*Work to complete*: Starting with the line containing "#62=IFCINDEXEDPOLYGONALFACE((3,4,8,7));" and going on through the line containing "#71=IFCINDEXEDPOLYGONALFACE((5,7,8,6));", return the lines of the data below exactly, and only those.

**** Provided entries

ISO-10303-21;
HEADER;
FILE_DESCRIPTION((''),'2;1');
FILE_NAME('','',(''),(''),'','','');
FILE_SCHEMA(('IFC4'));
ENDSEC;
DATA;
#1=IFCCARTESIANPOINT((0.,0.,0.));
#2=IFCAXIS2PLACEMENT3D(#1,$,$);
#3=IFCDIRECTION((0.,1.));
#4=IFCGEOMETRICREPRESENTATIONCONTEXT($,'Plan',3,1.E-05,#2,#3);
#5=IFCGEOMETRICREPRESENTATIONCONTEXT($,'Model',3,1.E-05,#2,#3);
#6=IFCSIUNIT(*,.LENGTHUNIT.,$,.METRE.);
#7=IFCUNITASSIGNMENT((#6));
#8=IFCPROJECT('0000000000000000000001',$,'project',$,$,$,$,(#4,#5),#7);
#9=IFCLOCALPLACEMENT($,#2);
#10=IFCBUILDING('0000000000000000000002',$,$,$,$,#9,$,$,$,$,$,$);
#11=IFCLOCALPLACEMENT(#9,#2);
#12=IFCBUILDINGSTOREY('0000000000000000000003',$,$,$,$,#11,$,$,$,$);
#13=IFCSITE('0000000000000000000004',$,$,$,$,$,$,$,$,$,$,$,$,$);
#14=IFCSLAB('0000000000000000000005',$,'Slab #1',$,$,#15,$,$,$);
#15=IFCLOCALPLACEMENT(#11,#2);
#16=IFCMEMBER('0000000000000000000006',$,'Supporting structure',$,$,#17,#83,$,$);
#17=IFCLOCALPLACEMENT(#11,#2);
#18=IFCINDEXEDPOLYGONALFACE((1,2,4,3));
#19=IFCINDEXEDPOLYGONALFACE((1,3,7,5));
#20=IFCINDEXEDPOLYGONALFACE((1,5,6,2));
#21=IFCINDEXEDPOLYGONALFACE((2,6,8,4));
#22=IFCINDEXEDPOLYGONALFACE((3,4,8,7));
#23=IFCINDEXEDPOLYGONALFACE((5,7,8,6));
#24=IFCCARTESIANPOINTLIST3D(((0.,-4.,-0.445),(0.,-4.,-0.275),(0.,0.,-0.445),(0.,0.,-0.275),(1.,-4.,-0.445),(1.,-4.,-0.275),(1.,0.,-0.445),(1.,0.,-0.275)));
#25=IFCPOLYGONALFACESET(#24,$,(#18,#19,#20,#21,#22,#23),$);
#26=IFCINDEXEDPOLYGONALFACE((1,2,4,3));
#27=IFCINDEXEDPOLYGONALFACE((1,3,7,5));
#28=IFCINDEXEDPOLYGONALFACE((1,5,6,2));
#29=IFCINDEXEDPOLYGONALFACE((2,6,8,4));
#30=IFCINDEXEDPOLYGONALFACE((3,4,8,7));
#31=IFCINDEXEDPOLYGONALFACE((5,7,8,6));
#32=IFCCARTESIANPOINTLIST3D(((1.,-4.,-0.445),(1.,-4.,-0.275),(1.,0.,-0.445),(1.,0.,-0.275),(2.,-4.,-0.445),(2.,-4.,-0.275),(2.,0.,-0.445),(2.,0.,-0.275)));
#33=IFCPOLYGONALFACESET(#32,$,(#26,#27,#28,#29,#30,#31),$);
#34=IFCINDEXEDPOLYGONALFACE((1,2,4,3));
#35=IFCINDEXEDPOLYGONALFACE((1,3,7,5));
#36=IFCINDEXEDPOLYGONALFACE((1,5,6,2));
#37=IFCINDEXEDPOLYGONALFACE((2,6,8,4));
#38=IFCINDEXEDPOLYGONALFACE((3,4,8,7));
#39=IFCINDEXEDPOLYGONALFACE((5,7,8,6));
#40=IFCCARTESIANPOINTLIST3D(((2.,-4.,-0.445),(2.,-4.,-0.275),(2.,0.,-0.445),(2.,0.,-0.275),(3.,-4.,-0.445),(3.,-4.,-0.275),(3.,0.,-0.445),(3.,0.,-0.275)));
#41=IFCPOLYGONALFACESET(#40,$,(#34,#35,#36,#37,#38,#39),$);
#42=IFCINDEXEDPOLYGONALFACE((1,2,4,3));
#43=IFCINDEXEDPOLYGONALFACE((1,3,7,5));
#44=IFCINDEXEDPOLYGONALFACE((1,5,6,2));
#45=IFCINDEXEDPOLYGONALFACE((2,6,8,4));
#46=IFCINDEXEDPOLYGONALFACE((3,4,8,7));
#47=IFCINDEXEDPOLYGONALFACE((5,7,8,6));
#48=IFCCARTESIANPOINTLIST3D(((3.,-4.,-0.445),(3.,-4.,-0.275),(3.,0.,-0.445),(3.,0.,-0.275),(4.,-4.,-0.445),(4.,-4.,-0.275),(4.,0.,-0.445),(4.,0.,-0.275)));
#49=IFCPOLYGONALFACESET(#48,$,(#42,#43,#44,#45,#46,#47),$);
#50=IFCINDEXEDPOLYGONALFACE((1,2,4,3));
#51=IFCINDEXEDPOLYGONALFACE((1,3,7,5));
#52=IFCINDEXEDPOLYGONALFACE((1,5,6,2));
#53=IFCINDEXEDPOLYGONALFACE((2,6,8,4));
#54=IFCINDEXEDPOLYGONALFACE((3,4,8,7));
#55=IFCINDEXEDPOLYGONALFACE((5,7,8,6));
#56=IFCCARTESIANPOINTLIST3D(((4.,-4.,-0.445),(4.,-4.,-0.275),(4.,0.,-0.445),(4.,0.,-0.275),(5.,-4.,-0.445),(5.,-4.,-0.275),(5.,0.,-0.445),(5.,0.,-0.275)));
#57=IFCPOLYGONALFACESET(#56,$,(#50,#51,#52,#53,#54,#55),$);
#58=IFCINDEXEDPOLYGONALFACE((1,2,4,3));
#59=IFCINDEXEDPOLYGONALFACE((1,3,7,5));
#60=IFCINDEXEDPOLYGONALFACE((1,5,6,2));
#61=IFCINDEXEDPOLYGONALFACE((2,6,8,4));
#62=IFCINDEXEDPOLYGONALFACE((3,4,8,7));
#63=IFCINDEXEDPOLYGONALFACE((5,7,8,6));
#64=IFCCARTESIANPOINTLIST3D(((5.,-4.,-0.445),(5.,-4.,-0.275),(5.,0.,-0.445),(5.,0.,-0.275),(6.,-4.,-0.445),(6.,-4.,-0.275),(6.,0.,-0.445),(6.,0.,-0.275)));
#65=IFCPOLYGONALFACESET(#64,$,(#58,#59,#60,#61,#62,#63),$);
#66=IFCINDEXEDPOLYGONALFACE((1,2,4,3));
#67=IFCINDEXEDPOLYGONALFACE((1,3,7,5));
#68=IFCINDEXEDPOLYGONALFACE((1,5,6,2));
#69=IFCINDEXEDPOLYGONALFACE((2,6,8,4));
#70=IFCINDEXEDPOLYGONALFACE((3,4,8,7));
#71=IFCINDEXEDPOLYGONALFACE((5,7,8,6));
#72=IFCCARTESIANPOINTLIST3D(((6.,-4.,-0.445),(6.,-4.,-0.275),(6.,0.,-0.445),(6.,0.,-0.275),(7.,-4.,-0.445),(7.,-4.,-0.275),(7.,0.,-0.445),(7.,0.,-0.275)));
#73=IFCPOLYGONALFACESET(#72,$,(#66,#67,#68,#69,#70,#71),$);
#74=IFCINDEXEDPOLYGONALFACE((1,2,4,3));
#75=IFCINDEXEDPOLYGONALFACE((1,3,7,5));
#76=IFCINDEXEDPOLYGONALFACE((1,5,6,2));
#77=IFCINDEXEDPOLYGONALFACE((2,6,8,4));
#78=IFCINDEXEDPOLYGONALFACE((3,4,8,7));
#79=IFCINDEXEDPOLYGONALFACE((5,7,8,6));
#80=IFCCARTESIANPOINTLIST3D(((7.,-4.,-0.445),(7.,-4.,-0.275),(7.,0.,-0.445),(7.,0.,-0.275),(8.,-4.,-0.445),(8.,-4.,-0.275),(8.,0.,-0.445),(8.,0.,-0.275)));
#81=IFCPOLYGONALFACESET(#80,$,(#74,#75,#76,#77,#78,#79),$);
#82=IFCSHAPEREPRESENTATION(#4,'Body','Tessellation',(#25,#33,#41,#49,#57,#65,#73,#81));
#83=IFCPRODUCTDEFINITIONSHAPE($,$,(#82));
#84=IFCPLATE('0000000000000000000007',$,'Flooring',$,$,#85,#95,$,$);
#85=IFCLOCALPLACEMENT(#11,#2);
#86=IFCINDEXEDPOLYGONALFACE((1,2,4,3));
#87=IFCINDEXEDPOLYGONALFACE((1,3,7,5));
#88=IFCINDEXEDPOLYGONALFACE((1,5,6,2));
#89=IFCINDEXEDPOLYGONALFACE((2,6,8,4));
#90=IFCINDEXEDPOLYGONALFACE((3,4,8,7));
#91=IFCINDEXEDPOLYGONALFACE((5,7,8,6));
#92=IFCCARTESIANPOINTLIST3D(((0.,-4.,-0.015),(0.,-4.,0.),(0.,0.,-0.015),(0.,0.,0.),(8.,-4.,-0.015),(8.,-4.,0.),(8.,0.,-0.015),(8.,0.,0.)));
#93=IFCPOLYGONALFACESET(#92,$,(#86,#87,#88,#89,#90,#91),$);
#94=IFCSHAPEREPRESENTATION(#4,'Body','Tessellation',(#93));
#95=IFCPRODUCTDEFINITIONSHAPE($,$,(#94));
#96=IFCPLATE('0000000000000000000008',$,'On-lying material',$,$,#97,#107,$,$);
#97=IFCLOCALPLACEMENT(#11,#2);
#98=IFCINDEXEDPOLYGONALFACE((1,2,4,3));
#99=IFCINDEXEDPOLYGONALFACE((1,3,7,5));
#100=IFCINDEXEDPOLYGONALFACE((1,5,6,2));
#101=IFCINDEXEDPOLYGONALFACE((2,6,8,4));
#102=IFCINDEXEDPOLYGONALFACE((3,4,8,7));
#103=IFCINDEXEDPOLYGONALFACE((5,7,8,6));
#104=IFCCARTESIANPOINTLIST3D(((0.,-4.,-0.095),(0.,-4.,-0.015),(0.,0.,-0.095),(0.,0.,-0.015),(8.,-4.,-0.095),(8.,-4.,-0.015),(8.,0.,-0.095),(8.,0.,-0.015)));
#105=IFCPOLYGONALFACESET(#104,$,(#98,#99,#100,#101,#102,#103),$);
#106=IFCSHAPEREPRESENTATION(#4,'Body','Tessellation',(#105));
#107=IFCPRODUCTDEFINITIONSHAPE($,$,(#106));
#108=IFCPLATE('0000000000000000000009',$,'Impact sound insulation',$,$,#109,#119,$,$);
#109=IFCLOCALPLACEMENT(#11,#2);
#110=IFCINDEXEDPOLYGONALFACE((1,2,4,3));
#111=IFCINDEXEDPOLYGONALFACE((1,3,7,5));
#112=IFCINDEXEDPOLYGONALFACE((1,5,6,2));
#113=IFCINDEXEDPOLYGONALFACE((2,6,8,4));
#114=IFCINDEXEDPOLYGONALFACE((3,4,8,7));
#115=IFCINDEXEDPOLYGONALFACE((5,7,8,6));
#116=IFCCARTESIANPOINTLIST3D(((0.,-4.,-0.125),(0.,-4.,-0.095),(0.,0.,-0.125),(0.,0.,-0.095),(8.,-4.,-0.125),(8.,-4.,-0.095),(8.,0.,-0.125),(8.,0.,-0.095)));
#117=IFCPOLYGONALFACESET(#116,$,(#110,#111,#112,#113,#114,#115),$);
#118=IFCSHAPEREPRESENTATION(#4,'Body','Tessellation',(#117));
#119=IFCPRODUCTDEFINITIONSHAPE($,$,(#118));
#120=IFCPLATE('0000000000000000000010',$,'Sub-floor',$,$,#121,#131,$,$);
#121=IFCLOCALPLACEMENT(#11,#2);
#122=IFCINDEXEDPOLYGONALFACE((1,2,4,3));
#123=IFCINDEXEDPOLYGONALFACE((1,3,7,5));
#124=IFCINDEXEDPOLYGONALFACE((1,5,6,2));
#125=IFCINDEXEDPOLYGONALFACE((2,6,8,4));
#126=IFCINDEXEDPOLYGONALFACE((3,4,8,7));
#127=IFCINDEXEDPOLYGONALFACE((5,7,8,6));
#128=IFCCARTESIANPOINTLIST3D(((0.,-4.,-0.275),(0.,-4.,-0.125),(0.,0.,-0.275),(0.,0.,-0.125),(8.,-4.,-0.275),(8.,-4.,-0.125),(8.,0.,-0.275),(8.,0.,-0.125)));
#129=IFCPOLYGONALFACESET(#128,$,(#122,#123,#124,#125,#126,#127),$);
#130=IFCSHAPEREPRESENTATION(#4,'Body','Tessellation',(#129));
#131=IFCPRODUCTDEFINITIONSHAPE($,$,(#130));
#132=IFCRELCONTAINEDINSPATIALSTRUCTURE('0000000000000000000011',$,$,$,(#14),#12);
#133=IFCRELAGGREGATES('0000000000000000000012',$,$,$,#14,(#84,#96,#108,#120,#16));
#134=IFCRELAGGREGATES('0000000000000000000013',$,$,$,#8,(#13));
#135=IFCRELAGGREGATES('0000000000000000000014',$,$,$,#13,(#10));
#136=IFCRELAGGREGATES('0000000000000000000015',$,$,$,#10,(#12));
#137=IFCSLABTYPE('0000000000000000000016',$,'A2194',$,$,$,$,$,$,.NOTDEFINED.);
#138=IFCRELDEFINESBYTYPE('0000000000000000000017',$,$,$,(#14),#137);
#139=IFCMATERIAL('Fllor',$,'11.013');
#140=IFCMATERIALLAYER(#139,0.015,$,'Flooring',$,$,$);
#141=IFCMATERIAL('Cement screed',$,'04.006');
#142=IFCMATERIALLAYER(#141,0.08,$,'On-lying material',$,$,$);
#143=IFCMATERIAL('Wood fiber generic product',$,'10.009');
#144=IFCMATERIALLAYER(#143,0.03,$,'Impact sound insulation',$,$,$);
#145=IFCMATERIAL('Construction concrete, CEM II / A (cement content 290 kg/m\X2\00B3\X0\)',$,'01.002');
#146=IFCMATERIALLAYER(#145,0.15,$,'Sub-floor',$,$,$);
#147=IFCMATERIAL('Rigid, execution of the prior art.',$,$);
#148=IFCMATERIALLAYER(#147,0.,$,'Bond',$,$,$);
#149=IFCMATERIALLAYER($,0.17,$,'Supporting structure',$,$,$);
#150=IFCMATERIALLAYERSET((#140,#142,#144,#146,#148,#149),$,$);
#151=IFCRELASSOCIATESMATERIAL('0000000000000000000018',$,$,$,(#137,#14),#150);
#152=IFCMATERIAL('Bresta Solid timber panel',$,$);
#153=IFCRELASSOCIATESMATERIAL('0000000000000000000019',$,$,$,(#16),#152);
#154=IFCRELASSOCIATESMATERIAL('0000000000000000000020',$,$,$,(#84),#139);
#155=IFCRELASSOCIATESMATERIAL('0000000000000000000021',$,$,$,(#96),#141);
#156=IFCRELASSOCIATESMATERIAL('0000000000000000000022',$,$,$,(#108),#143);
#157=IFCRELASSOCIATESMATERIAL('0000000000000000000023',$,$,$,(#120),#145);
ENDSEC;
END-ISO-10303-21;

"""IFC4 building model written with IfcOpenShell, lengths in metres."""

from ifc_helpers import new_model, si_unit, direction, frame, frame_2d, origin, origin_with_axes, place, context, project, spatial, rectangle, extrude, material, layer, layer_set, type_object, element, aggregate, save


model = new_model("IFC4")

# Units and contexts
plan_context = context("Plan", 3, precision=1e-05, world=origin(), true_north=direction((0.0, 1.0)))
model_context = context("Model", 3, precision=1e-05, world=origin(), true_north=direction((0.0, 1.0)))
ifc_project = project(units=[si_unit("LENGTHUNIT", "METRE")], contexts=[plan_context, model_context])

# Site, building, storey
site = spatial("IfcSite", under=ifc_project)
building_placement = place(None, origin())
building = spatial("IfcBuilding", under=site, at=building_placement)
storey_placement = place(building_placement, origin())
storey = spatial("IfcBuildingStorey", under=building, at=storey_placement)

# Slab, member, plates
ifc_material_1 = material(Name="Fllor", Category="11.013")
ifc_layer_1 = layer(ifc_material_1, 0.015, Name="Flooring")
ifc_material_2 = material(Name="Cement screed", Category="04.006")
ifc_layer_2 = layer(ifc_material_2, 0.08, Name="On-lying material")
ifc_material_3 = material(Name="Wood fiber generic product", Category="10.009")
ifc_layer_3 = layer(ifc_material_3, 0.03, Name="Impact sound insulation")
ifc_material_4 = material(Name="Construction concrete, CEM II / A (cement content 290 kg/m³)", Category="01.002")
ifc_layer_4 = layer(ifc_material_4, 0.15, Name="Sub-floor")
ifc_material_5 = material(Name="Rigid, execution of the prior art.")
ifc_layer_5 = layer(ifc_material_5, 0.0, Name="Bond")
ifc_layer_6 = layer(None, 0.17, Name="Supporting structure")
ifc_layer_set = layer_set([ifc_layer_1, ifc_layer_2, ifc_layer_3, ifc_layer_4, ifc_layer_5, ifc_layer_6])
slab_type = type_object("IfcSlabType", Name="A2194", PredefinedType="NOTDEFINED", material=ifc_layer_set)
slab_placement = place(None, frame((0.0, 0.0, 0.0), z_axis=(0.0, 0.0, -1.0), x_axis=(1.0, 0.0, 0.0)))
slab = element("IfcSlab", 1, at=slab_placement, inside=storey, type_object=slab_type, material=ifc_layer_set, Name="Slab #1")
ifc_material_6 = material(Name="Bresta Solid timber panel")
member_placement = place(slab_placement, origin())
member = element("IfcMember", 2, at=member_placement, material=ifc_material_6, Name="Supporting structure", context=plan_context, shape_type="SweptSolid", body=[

********

*Solution for this task*:
#62=IFCINDEXEDPOLYGONALFACE((3,4,8,7));
#63=IFCINDEXEDPOLYGONALFACE((5,7,8,6));
#64=IFCCARTESIANPOINTLIST3D(((5.,-4.,-0.445),(5.,-4.,-0.275),(5.,0.,-0.445),(5.,0.,-0.275),(6.,-4.,-0.445),(6.,-4.,-0.275),(6.,0.,-0.445),(6.,0.,-0.275)));
#65=IFCPOLYGONALFACESET(#64,$,(#58,#59,#60,#61,#62,#63),$);
#66=IFCINDEXEDPOLYGONALFACE((1,2,4,3));
#67=IFCINDEXEDPOLYGONALFACE((1,3,7,5));
#68=IFCINDEXEDPOLYGONALFACE((1,5,6,2));
#69=IFCINDEXEDPOLYGONALFACE((2,6,8,4));
#70=IFCINDEXEDPOLYGONALFACE((3,4,8,7));
#71=IFCINDEXEDPOLYGONALFACE((5,7,8,6));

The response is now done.